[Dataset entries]
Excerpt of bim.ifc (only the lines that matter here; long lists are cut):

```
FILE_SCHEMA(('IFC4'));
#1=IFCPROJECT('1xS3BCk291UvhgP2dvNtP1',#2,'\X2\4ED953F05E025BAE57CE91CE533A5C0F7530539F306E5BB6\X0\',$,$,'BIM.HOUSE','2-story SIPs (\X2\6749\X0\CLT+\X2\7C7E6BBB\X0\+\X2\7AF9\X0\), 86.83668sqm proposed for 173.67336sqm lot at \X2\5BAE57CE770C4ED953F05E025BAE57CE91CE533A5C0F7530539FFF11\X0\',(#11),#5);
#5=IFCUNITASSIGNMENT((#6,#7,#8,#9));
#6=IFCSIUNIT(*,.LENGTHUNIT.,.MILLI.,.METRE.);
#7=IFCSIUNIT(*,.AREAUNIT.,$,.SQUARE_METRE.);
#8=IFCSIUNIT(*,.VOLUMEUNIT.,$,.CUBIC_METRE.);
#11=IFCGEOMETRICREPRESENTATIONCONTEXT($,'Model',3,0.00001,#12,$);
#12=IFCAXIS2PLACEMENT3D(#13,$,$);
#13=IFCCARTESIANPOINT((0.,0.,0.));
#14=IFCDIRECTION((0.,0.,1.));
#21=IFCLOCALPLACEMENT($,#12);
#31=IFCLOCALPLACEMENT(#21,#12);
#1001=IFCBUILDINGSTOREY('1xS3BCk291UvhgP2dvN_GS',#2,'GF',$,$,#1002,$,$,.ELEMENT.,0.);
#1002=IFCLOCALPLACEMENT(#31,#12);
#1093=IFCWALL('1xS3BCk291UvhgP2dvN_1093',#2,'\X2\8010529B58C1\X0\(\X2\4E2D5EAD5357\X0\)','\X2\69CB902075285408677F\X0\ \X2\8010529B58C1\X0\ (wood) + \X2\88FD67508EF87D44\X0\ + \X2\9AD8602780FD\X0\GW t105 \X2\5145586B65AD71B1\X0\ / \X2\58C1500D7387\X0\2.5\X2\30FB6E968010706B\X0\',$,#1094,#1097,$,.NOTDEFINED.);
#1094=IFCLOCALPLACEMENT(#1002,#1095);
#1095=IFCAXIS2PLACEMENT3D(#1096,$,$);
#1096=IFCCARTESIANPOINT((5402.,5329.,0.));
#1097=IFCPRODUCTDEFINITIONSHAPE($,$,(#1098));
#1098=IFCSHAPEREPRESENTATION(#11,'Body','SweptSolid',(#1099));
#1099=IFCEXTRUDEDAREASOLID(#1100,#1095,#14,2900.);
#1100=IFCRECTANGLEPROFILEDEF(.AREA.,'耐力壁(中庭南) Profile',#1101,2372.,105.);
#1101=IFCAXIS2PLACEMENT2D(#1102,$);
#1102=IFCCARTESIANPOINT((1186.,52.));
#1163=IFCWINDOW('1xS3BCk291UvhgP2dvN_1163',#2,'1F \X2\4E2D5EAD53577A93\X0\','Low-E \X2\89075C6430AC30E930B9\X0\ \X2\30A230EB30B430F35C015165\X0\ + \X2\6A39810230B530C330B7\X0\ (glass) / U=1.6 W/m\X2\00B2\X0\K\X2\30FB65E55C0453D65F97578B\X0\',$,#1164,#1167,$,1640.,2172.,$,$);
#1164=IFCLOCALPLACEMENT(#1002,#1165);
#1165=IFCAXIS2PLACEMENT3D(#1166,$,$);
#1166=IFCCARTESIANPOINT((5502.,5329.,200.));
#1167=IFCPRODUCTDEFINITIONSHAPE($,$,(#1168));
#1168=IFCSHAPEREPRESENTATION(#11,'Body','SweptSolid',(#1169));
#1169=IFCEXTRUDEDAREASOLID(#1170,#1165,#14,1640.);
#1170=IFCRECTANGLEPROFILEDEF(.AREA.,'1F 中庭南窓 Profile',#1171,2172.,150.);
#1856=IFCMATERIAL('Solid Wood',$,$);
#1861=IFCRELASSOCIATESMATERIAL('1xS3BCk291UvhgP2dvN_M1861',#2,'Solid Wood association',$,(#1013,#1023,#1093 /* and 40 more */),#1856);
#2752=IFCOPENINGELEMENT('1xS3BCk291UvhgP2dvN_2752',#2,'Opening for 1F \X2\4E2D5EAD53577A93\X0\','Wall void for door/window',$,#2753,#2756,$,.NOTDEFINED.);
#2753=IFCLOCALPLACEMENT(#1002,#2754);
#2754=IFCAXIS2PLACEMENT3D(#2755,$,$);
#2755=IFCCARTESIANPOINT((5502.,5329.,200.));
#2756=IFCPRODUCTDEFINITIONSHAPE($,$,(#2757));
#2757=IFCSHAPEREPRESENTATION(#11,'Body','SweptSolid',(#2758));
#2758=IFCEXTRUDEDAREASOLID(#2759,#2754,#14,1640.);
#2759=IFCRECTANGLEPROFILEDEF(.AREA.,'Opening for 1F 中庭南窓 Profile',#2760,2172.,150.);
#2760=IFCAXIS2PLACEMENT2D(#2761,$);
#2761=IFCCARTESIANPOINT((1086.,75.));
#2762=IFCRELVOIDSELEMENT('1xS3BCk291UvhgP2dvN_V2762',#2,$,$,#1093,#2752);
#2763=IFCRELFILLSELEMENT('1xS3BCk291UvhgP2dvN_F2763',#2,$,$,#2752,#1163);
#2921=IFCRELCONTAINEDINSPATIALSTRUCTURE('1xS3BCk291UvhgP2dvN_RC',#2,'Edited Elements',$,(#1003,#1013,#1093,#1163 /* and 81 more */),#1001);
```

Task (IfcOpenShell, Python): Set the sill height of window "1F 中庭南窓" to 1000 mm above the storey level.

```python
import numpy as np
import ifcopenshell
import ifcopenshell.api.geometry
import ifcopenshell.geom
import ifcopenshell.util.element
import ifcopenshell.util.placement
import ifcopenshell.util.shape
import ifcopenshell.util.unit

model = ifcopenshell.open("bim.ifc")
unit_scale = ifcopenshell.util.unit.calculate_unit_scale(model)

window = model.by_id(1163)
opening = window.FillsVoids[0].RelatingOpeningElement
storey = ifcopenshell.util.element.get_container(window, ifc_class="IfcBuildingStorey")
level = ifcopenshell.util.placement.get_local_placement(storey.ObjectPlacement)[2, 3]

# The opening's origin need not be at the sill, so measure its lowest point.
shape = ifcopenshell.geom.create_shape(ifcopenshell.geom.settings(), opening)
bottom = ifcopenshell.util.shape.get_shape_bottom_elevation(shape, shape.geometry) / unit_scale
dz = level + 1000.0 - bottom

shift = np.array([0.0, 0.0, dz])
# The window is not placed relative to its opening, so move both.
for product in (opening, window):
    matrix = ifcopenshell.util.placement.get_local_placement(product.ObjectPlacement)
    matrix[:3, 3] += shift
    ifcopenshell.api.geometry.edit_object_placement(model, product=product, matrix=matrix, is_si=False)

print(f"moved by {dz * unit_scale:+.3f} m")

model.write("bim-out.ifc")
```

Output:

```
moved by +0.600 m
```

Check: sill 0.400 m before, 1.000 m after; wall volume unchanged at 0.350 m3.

▶ PROBLEM DETAILS: Start to finish, restate the records above word for word.

▶ EXERCISE OUTPUT:
Excerpt of bim.ifc (only the lines that matter here; long lists are cut):

```
FILE_SCHEMA(('IFC4'));
#1=IFCPROJECT('1xS3BCk291UvhgP2dvNtP1',#2,'\X2\4ED953F05E025BAE57CE91CE533A5C0F7530539F306E5BB6\X0\',$,$,'BIM.HOUSE','2-story SIPs (\X2\6749\X0\CLT+\X2\7C7E6BBB\X0\+\X2\7AF9\X0\), 86.83668sqm proposed for 173.67336sqm lot at \X2\5BAE57CE770C4ED953F05E025BAE57CE91CE533A5C0F7530539FFF11\X0\',(#11),#5);
#5=IFCUNITASSIGNMENT((#6,#7,#8,#9));
#6=IFCSIUNIT(*,.LENGTHUNIT.,.MILLI.,.METRE.);
#7=IFCSIUNIT(*,.AREAUNIT.,$,.SQUARE_METRE.);
#8=IFCSIUNIT(*,.VOLUMEUNIT.,$,.CUBIC_METRE.);
#11=IFCGEOMETRICREPRESENTATIONCONTEXT($,'Model',3,0.00001,#12,$);
#12=IFCAXIS2PLACEMENT3D(#13,$,$);
#13=IFCCARTESIANPOINT((0.,0.,0.));
#14=IFCDIRECTION((0.,0.,1.));
#21=IFCLOCALPLACEMENT($,#12);
#31=IFCLOCALPLACEMENT(#21,#12);
#1001=IFCBUILDINGSTOREY('1xS3BCk291UvhgP2dvN_GS',#2,'GF',$,$,#1002,$,$,.ELEMENT.,0.);
#1002=IFCLOCALPLACEMENT(#31,#12);
#1093=IFCWALL('1xS3BCk291UvhgP2dvN_1093',#2,'\X2\8010529B58C1\X0\(\X2\4E2D5EAD5357\X0\)','\X2\69CB902075285408677F\X0\ \X2\8010529B58C1\X0\ (wood) + \X2\88FD67508EF87D44\X0\ + \X2\9AD8602780FD\X0\GW t105 \X2\5145586B65AD71B1\X0\ / \X2\58C1500D7387\X0\2.5\X2\30FB6E968010706B\X0\',$,#1094,#1097,$,.NOTDEFINED.);
#1094=IFCLOCALPLACEMENT(#1002,#1095);
#1095=IFCAXIS2PLACEMENT3D(#1096,$,$);
#1096=IFCCARTESIANPOINT((5402.,5329.,0.));
#1097=IFCPRODUCTDEFINITIONSHAPE($,$,(#1098));
#1098=IFCSHAPEREPRESENTATION(#11,'Body','SweptSolid',(#1099));
#1099=IFCEXTRUDEDAREASOLID(#1100,#1095,#14,2900.);
#1100=IFCRECTANGLEPROFILEDEF(.AREA.,'耐力壁(中庭南) Profile',#1101,2372.,105.);
#1101=IFCAXIS2PLACEMENT2D(#1102,$);
#1102=IFCCARTESIANPOINT((1186.,52.));
#1163=IFCWINDOW('1xS3BCk291UvhgP2dvN_1163',#2,'1F \X2\4E2D5EAD53577A93\X0\','Low-E \X2\89075C6430AC30E930B9\X0\ \X2\30A230EB30B430F35C015165\X0\ + \X2\6A39810230B530C330B7\X0\ (glass) / U=1.6 W/m\X2\00B2\X0\K\X2\30FB65E55C0453D65F97578B\X0\',$,#1164,#1167,$,1640.,2172.,$,$);
#1164=IFCLOCALPLACEMENT(#1002,#1165);
#1165=IFCAXIS2PLACEMENT3D(#1166,$,$);
#1166=IFCCARTESIANPOINT((5502.,5329.,200.));
#1167=IFCPRODUCTDEFINITIONSHAPE($,$,(#1168));
#1168=IFCSHAPEREPRESENTATION(#11,'Body','SweptSolid',(#1169));
#1169=IFCEXTRUDEDAREASOLID(#1170,#1165,#14,1640.);
#1170=IFCRECTANGLEPROFILEDEF(.AREA.,'1F 中庭南窓 Profile',#1171,2172.,150.);
#1856=IFCMATERIAL('Solid Wood',$,$);
#1861=IFCRELASSOCIATESMATERIAL('1xS3BCk291UvhgP2dvN_M1861',#2,'Solid Wood association',$,(#1013,#1023,#1093 /* and 40 more */),#1856);
#2752=IFCOPENINGELEMENT('1xS3BCk291UvhgP2dvN_2752',#2,'Opening for 1F \X2\4E2D5EAD53577A93\X0\','Wall void for door/window',$,#2753,#2756,$,.NOTDEFINED.);
#2753=IFCLOCALPLACEMENT(#1002,#2754);
#2754=IFCAXIS2PLACEMENT3D(#2755,$,$);
#2755=IFCCARTESIANPOINT((5502.,5329.,200.));
#2756=IFCPRODUCTDEFINITIONSHAPE($,$,(#2757));
#2757=IFCSHAPEREPRESENTATION(#11,'Body','SweptSolid',(#2758));
#2758=IFCEXTRUDEDAREASOLID(#2759,#2754,#14,1640.);
#2759=IFCRECTANGLEPROFILEDEF(.AREA.,'Opening for 1F 中庭南窓 Profile',#2760,2172.,150.);
#2760=IFCAXIS2PLACEMENT2D(#2761,$);
#2761=IFCCARTESIANPOINT((1086.,75.));
#2762=IFCRELVOIDSELEMENT('1xS3BCk291UvhgP2dvN_V2762',#2,$,$,#1093,#2752);
#2763=IFCRELFILLSELEMENT('1xS3BCk291UvhgP2dvN_F2763',#2,$,$,#2752,#1163);
#2921=IFCRELCONTAINEDINSPATIALSTRUCTURE('1xS3BCk291UvhgP2dvN_RC',#2,'Edited Elements',$,(#1003,#1013,#1093,#1163 /* and 81 more */),#1001);
```

Task (IfcOpenShell, Python): Set the sill height of window "1F 中庭南窓" to 1000 mm above the storey level.

```python
import numpy as np
import ifcopenshell
import ifcopenshell.api.geometry
import ifcopenshell.geom
import ifcopenshell.util.element
import ifcopenshell.util.placement
import ifcopenshell.util.shape
import ifcopenshell.util.unit

model = ifcopenshell.open("bim.ifc")
unit_scale = ifcopenshell.util.unit.calculate_unit_scale(model)

window = model.by_id(1163)
opening = window.FillsVoids[0].RelatingOpeningElement
storey = ifcopenshell.util.element.get_container(window, ifc_class="IfcBuildingStorey")
level = ifcopenshell.util.placement.get_local_placement(storey.ObjectPlacement)[2, 3]

# The opening's origin need not be at the sill, so measure its lowest point.
shape = ifcopenshell.geom.create_shape(ifcopenshell.geom.settings(), opening)
bottom = ifcopenshell.util.shape.get_shape_bottom_elevation(shape, shape.geometry) / unit_scale
dz = level + 1000.0 - bottom

shift = np.array([0.0, 0.0, dz])
# The window is not placed relative to its opening, so move both.
for product in (opening, window):
    matrix = ifcopenshell.util.placement.get_local_placement(product.ObjectPlacement)
    matrix[:3, 3] += shift
    ifcopenshell.api.geometry.edit_object_placement(model, product=product, matrix=matrix, is_si=False)

print(f"moved by {dz * unit_scale:+.3f} m")

model.write("bim-out.ifc")
```

Output:

```
moved by +0.600 m
```

Check: sill 0.400 m before, 1.000 m after; wall volume unchanged at 0.350 m3.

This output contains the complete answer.